Du kannst ja mal mysql_real_escape_string weglassen. Dann wirst du mit diesem "'test'" einen Syntax Error bekommen.


----------



## Zenti (6. November 2010)

Okay danke, habs mal getestet
Lass ich mysql_real_escape_string weg, kommt das selbe Ergebnis, also 'test'. Desweiteren verstehe ich nicht ganz, was du schreibst. Das klingt zwar logisch, so wie du es schreibst, aber welchen Nutzen hätte denn dann stripslashes, wenn MySQL die Backslashes automatisch entfernt****

EDIT: hmm... ich sehe gerade, dass er ohne mysql_real_escape_string 'test' gar nicht in die DB einträgt. Jetzt versteh ich nix mehr?!


----------



## CPoly (6. November 2010)

"Automatisch entfernt" ist falsch ausgedrückt.

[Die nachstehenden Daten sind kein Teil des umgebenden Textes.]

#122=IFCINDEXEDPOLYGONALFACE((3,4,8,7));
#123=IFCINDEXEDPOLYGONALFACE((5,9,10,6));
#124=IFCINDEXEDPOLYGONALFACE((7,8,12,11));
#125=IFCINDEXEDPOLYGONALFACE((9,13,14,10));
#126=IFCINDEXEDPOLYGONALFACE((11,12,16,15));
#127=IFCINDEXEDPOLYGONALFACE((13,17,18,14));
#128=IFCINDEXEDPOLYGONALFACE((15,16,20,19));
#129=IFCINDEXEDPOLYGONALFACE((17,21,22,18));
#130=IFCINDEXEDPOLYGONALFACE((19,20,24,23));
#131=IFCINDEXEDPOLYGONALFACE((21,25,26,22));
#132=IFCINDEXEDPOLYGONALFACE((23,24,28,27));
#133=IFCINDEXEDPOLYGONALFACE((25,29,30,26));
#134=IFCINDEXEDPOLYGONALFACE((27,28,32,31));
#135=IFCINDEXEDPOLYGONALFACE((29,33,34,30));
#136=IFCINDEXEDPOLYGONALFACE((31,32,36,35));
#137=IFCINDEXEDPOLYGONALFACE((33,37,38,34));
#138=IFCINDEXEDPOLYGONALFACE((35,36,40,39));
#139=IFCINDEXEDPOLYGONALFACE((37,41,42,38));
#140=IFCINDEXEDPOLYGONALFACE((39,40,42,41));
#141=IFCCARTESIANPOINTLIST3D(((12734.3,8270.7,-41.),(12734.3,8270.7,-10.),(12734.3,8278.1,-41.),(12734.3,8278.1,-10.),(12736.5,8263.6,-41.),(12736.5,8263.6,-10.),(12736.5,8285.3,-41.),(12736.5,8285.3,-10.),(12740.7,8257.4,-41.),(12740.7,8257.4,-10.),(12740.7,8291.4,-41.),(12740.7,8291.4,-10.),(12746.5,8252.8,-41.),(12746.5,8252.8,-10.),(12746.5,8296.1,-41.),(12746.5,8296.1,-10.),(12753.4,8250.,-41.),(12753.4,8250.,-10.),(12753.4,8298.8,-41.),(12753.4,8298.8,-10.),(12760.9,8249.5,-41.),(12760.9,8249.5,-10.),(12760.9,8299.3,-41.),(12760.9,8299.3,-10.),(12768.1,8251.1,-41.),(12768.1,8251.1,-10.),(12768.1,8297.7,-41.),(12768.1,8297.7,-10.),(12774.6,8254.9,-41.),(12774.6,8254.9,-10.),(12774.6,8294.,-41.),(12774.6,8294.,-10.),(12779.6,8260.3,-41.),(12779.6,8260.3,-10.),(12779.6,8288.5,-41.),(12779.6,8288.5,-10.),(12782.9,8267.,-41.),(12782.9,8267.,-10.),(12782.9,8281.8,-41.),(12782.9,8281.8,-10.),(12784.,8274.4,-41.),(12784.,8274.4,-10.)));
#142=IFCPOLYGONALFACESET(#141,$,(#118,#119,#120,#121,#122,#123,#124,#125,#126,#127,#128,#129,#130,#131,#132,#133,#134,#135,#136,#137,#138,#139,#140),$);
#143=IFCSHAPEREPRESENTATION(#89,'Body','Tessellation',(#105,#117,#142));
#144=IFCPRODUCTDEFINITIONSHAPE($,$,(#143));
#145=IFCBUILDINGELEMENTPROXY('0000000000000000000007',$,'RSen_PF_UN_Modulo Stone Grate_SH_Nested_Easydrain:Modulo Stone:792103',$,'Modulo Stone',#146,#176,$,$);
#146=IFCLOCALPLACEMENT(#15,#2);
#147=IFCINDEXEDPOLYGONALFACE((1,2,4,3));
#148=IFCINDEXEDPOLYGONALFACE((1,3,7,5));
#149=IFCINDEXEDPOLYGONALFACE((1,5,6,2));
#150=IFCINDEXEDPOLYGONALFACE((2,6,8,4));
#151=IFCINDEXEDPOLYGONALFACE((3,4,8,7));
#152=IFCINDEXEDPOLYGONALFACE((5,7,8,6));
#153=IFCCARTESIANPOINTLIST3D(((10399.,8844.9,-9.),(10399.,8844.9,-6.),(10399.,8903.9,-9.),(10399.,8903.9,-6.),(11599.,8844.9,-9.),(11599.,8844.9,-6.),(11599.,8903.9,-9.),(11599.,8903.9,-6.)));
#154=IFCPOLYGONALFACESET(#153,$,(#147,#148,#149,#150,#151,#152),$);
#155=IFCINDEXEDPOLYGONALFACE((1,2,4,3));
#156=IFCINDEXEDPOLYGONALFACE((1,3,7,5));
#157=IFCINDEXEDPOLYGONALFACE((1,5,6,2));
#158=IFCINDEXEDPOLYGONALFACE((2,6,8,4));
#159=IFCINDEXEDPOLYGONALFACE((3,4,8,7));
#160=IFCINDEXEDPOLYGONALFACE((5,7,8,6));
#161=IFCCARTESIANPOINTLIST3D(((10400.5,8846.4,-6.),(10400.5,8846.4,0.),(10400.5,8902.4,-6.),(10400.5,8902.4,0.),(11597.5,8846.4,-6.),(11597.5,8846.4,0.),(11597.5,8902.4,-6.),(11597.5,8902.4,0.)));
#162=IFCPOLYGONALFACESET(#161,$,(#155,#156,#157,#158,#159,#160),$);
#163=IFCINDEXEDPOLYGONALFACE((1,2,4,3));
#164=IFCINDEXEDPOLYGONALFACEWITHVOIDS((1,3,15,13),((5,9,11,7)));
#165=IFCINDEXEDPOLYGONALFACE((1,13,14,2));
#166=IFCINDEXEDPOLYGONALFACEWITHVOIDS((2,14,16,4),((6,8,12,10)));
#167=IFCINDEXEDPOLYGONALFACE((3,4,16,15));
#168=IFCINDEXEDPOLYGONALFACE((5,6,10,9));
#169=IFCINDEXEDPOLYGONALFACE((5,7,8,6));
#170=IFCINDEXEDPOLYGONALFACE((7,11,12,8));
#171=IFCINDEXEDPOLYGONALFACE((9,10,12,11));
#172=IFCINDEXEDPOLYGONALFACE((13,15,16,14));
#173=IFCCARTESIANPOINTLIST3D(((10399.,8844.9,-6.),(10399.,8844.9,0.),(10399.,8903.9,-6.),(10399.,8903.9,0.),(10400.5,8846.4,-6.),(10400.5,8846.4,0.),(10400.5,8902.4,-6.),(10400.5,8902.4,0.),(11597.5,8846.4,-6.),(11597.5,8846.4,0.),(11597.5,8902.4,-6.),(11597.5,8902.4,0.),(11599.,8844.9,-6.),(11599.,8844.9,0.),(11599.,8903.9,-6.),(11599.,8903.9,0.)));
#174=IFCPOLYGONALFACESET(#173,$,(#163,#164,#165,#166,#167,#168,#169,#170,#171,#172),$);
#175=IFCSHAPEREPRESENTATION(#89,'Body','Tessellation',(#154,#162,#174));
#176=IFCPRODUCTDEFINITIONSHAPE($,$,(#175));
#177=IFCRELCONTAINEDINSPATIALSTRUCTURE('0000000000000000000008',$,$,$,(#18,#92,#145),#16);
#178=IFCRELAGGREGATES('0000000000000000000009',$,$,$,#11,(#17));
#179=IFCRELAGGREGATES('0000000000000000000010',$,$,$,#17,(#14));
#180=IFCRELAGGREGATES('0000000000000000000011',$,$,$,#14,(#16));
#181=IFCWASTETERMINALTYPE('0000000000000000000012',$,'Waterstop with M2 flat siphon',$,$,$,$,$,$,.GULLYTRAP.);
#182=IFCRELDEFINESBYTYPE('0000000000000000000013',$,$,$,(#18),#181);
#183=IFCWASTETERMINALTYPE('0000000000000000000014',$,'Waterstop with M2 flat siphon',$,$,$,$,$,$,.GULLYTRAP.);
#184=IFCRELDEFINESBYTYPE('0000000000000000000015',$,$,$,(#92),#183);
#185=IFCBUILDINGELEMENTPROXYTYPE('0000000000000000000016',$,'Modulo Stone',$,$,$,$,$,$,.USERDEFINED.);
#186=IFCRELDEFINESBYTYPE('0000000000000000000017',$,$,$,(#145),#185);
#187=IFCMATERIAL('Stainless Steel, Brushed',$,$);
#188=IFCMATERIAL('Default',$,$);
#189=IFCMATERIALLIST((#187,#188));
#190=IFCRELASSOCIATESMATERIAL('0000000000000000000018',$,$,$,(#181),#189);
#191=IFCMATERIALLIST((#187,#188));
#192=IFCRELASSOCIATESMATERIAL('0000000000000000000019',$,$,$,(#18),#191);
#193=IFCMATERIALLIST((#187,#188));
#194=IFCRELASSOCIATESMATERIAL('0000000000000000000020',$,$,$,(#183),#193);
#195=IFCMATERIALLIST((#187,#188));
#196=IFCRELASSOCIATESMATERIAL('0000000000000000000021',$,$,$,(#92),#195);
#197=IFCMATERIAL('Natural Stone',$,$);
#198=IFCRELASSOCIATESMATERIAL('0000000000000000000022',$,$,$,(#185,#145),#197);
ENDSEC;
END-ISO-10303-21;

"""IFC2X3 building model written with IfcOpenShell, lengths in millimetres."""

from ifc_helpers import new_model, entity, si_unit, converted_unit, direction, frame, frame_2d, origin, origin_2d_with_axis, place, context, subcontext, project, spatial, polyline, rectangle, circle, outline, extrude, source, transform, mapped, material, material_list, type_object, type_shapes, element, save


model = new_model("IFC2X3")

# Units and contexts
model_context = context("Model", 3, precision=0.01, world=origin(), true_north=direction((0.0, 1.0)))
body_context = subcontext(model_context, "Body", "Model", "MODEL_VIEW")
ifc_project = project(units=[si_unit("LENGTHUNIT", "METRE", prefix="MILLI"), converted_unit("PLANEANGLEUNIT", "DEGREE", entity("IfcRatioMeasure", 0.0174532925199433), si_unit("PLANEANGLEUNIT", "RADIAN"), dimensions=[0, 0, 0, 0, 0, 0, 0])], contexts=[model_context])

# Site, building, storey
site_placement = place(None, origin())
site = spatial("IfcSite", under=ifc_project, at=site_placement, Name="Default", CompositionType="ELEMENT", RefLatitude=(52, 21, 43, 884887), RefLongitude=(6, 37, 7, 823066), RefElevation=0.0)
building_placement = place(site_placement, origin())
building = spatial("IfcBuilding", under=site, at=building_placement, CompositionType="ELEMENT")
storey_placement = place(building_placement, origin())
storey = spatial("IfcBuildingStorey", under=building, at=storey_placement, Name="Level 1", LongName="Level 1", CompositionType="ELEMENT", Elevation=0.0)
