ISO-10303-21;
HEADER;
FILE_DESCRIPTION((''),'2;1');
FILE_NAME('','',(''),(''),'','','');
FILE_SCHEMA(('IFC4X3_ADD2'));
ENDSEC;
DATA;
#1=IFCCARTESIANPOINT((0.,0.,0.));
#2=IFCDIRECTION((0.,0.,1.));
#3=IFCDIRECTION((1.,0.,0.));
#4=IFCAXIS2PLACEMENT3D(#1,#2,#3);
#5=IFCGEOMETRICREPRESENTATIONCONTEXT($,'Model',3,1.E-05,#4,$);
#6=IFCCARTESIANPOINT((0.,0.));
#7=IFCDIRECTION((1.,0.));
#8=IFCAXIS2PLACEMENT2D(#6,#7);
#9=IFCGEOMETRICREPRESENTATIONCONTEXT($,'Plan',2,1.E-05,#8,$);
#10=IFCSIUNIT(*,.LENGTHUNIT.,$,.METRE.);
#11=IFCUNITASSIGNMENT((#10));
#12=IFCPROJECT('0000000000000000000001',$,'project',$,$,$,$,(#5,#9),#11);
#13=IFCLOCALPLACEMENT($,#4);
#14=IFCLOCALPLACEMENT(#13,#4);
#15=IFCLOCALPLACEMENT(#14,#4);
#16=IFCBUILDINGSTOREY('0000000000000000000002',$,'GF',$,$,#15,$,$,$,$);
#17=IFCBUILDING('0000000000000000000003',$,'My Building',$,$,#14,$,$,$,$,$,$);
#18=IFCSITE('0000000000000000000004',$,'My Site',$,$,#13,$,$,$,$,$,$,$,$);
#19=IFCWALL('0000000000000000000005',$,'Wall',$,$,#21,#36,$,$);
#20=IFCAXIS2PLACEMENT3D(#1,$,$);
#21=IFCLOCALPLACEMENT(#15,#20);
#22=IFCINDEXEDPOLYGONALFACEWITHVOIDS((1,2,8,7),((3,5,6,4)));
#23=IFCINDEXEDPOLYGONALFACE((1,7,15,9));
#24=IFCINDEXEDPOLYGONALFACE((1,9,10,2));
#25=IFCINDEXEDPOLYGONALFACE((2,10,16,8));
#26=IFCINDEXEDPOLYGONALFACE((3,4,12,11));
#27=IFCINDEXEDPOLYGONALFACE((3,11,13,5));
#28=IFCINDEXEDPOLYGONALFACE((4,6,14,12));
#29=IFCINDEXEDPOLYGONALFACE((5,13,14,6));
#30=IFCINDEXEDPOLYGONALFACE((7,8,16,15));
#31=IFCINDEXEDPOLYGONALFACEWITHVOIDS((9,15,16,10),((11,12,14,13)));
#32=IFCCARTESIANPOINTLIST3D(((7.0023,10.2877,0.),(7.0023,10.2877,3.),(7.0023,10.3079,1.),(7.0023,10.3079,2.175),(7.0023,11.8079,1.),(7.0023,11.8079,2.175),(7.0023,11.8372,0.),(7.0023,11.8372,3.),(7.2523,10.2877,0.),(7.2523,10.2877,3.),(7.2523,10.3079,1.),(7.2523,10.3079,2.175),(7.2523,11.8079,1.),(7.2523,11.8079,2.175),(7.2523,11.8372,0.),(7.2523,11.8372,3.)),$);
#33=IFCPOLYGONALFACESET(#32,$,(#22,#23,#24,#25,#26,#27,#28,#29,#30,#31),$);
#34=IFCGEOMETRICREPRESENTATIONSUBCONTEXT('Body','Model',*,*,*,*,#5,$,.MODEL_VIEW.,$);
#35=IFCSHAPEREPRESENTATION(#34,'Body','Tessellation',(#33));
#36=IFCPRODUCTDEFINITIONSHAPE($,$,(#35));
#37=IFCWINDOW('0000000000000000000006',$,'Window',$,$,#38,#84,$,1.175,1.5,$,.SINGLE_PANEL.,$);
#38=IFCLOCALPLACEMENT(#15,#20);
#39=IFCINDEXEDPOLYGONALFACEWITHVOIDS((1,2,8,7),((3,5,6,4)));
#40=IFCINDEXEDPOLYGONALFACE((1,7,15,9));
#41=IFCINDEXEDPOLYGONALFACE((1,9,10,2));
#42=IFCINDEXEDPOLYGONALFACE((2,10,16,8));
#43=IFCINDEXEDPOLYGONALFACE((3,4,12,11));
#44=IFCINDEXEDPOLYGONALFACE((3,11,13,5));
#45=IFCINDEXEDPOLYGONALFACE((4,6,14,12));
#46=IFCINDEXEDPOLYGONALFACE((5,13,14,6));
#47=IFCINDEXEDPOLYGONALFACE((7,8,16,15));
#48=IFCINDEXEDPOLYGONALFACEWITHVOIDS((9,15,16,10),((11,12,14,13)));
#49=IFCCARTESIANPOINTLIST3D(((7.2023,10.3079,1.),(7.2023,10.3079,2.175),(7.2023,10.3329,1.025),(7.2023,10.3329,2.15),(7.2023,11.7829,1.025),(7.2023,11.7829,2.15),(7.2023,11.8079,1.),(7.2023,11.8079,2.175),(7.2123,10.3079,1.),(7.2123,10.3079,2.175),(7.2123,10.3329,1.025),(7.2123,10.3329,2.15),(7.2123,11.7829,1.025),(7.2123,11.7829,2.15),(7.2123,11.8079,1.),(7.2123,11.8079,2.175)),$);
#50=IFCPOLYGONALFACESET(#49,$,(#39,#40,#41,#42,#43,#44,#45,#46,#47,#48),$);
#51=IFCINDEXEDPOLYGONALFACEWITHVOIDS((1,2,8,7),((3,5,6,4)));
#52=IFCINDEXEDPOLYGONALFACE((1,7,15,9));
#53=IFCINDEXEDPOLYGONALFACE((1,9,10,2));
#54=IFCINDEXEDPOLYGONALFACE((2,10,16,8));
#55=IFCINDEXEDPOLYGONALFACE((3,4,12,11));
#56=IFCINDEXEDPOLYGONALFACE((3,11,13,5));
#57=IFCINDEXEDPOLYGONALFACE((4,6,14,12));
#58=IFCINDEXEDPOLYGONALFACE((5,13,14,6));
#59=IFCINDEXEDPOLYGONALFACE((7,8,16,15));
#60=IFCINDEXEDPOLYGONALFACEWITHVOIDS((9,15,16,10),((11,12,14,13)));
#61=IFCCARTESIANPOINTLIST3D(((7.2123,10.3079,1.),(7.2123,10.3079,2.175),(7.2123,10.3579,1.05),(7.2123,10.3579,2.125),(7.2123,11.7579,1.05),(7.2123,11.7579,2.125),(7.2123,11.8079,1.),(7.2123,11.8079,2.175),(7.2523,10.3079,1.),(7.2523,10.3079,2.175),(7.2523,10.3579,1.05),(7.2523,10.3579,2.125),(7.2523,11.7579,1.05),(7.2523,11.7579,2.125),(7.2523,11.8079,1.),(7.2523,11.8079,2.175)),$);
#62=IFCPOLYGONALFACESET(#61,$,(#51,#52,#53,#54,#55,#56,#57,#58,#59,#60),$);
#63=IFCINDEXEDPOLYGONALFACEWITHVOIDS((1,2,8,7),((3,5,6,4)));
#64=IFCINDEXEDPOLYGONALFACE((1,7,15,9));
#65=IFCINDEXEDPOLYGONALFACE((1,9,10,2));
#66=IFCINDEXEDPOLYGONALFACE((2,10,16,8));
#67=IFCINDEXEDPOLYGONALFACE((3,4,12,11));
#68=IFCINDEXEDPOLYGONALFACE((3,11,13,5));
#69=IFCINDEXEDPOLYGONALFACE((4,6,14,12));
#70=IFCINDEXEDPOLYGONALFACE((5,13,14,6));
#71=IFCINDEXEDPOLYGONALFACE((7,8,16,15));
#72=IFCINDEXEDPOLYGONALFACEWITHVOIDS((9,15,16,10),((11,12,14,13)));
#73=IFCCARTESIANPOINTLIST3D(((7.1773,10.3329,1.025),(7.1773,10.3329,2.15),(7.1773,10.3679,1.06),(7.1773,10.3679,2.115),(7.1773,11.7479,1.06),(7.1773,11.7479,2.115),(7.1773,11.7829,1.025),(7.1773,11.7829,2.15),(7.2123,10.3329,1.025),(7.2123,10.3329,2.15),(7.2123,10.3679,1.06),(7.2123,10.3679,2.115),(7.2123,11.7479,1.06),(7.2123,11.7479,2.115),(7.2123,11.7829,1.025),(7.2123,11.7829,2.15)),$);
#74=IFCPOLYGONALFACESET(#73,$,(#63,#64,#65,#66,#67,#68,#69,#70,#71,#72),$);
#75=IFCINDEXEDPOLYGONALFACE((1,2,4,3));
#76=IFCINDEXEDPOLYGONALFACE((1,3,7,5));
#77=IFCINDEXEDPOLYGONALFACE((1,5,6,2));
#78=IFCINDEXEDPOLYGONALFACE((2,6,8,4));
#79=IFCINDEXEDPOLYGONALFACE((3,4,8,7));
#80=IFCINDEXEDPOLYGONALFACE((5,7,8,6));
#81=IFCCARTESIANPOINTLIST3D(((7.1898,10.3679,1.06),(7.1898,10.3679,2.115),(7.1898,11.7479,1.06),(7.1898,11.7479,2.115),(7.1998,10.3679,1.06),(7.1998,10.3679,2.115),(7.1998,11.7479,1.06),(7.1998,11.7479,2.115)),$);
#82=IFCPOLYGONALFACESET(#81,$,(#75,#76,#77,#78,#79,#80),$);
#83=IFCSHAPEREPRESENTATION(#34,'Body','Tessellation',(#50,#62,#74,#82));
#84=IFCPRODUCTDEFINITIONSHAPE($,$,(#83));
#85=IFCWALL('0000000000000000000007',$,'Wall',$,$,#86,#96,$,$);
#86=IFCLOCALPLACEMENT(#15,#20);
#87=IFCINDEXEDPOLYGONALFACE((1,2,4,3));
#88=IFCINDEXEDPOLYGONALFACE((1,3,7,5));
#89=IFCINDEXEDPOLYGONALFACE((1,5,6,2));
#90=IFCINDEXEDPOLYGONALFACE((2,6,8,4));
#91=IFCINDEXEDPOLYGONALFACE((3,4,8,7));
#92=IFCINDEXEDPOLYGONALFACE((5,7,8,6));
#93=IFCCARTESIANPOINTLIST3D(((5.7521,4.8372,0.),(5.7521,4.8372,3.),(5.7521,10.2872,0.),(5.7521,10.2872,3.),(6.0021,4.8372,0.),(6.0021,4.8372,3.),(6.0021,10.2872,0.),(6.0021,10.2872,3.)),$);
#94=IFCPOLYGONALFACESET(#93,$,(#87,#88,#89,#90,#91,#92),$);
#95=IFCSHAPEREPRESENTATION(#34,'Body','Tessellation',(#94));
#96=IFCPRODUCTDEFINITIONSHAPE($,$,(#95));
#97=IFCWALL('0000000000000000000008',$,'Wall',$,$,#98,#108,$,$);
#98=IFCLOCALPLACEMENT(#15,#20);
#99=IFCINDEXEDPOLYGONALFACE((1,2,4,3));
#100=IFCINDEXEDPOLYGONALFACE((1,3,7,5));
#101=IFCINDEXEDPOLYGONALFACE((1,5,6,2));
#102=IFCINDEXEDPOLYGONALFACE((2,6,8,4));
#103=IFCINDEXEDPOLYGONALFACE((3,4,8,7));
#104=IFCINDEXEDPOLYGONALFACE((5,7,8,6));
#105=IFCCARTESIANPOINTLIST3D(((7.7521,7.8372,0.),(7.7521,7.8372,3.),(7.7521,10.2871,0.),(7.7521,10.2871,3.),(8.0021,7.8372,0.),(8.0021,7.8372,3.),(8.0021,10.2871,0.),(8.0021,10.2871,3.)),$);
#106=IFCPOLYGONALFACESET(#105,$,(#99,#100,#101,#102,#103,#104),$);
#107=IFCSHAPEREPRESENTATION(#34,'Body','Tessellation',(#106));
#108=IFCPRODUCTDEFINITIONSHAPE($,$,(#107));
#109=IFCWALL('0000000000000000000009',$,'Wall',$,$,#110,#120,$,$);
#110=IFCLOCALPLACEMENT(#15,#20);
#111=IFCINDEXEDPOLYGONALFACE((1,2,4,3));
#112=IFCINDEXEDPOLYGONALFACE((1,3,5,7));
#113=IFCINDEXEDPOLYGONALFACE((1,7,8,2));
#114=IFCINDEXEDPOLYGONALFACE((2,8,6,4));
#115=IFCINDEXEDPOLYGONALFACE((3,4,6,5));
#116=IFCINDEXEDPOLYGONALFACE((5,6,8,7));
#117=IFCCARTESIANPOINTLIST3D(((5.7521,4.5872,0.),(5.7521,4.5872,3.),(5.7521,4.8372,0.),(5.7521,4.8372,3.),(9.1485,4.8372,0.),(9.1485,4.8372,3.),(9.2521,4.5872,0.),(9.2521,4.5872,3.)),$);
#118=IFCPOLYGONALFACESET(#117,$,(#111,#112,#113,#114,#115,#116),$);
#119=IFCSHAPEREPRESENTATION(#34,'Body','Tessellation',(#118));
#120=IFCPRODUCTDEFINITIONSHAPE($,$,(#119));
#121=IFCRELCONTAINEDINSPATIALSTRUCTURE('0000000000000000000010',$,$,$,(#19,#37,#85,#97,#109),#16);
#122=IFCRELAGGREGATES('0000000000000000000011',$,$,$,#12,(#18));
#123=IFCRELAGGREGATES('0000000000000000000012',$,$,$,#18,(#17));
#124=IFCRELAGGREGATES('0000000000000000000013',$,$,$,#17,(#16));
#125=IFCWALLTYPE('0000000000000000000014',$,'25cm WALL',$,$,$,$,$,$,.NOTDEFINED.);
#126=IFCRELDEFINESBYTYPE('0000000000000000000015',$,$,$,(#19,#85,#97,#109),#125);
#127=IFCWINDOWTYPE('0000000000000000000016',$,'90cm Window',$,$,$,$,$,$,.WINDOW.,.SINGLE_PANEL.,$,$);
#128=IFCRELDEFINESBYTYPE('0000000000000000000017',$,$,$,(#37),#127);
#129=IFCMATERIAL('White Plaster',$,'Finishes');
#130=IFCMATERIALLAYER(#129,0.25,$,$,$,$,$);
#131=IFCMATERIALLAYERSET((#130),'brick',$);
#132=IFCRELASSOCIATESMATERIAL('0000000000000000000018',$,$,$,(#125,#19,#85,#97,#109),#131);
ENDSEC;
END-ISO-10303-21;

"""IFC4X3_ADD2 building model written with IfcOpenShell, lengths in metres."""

from ifc_helpers import new_model, entity, si_unit, frame, origin_with_axes, origin_2d_with_axis, place, context, subcontext, project, spatial, line, indexed_curve, outline, extrude, shape, source, transform, mapped, material, layer, layer_set, layer_usage, type_object, type_shapes, element, fill, save


model = new_model("IFC4X3_ADD2")

# Units and contexts
model_context = context("Model", 3, precision=1e-05, world=origin_with_axes())
plan_context = context("Plan", 2, precision=1e-05, world=origin_2d_with_axis())
body_context_1 = subcontext(model_context, "Body", "Model", "MODEL_VIEW")
body_context_2 = subcontext(plan_context, "Body", "Plan", "PLAN_VIEW")
ifc_project = project(units=[si_unit("LENGTHUNIT", "METRE")], contexts=[model_context, plan_context])

# Site, building, storey
site_placement = place(None, origin_with_axes())
site = spatial("IfcSite", under=ifc_project, at=site_placement, Name="My Site")
building_placement = place(site_placement, origin_with_axes())
building = spatial("IfcBuilding", under=site, at=building_placement, Name="My Building")
storey_placement = place(building_placement, origin_with_axes())
storey = spatial("IfcBuildingStorey", under=building, at=storey_placement, Name="GF")

# Shared definitions
ifc_material_1 = material(Name="White Plaster", Category="Finishes")

# Shared definitions
ifc_layer_1 = layer(ifc_material_1, 0.25)
ifc_layer_set_1 = layer_set([ifc_layer_1], Name="brick")
wall_type_1 = type_object("IfcWallType", Name="25cm WALL", PredefinedType="NOTDEFINED", material=ifc_layer_set_1)

# Wall, opening, window
ifc_layer_usage_1 = layer_usage(ifc_layer_set_1, "AXIS2", "POSITIVE", 0.0)
wall_1_placement = place(storey_placement, frame((7.0023, 11.8372, 0.0), z_axis=(0.0, 0.0, 1.0), x_axis=(0.0, -1.0, 0.0)))
wall_1 = element("IfcWall", 1, at=wall_1_placement, inside=storey, type_object=wall_type_1, material=ifc_layer_usage_1, Name="Wall", context=body_context_1, shape_type="SweptSolid", body=[
    extrude(outline(indexed_curve([(0.0, 0.0), (0.0, 0.25), (1.5495, 0.25), (1.5495, 0.0)], segments=[line(1, 2, 3, 4, 1)])), origin_with_axes(), (0.0, 0.0, 1.0), 3.0),
])
shared_shape_1 = source(origin_with_axes(), body_context_1, "Body", "SweptSolid", [
    extrude(outline(indexed_curve([(0.0, 0.0), (1.5, 0.0), (1.5, 1.175), (0.0, 1.175)], segments=[line(1, 2, 3, 4, 1)])), frame((0.0, -0.6, 0.0), z_axis=(0.0, -1.0, 0.0), x_axis=(1.0, 0.0, 0.0)), (0.0, 0.0, -1.0), 1.2),
])
opening_1_placement = place(wall_1_placement, frame((1.5293, 0.3, 1.0), z_axis=(0.0, 0.0, 1.0), x_axis=(-1.0, 0.0, 0.0)))
opening_1 = element("IfcOpeningElement", 2, at=opening_1_placement, cuts=wall_1, PredefinedType="OPENING", context=body_context_1, shape_type="MappedRepresentation", body=[
    mapped(shared_shape_1, transform((0.0, 0.0, 0.0), x_axis=(1.0, 0.0, 0.0), y_axis=(0.0, 1.0, 0.0), z_axis=(0.0, 0.0, 1.0), scale=1.0)),
])
window_type_1 = type_object("IfcWindowType", Name="90cm Window", PartitioningType="SINGLE_PANEL", PredefinedType="WINDOW")
shared_shape_2 = source(origin_with_axes(), body_context_1, "Body", "SweptSolid", [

Durch das Backslash nimmt man dem Hochkomma seine spezielle Bedeutung und MySQL interpretiert es als normales Zeichen.

Das ist doch in PHP genauso. Wenn du dort 'test' in einen String stecken willst, musst du es ja auch escapen (Wenn man mal außer acht lässt, dass man sowohl einfache als auch doppelte Anführungsstriche verwenden könnte).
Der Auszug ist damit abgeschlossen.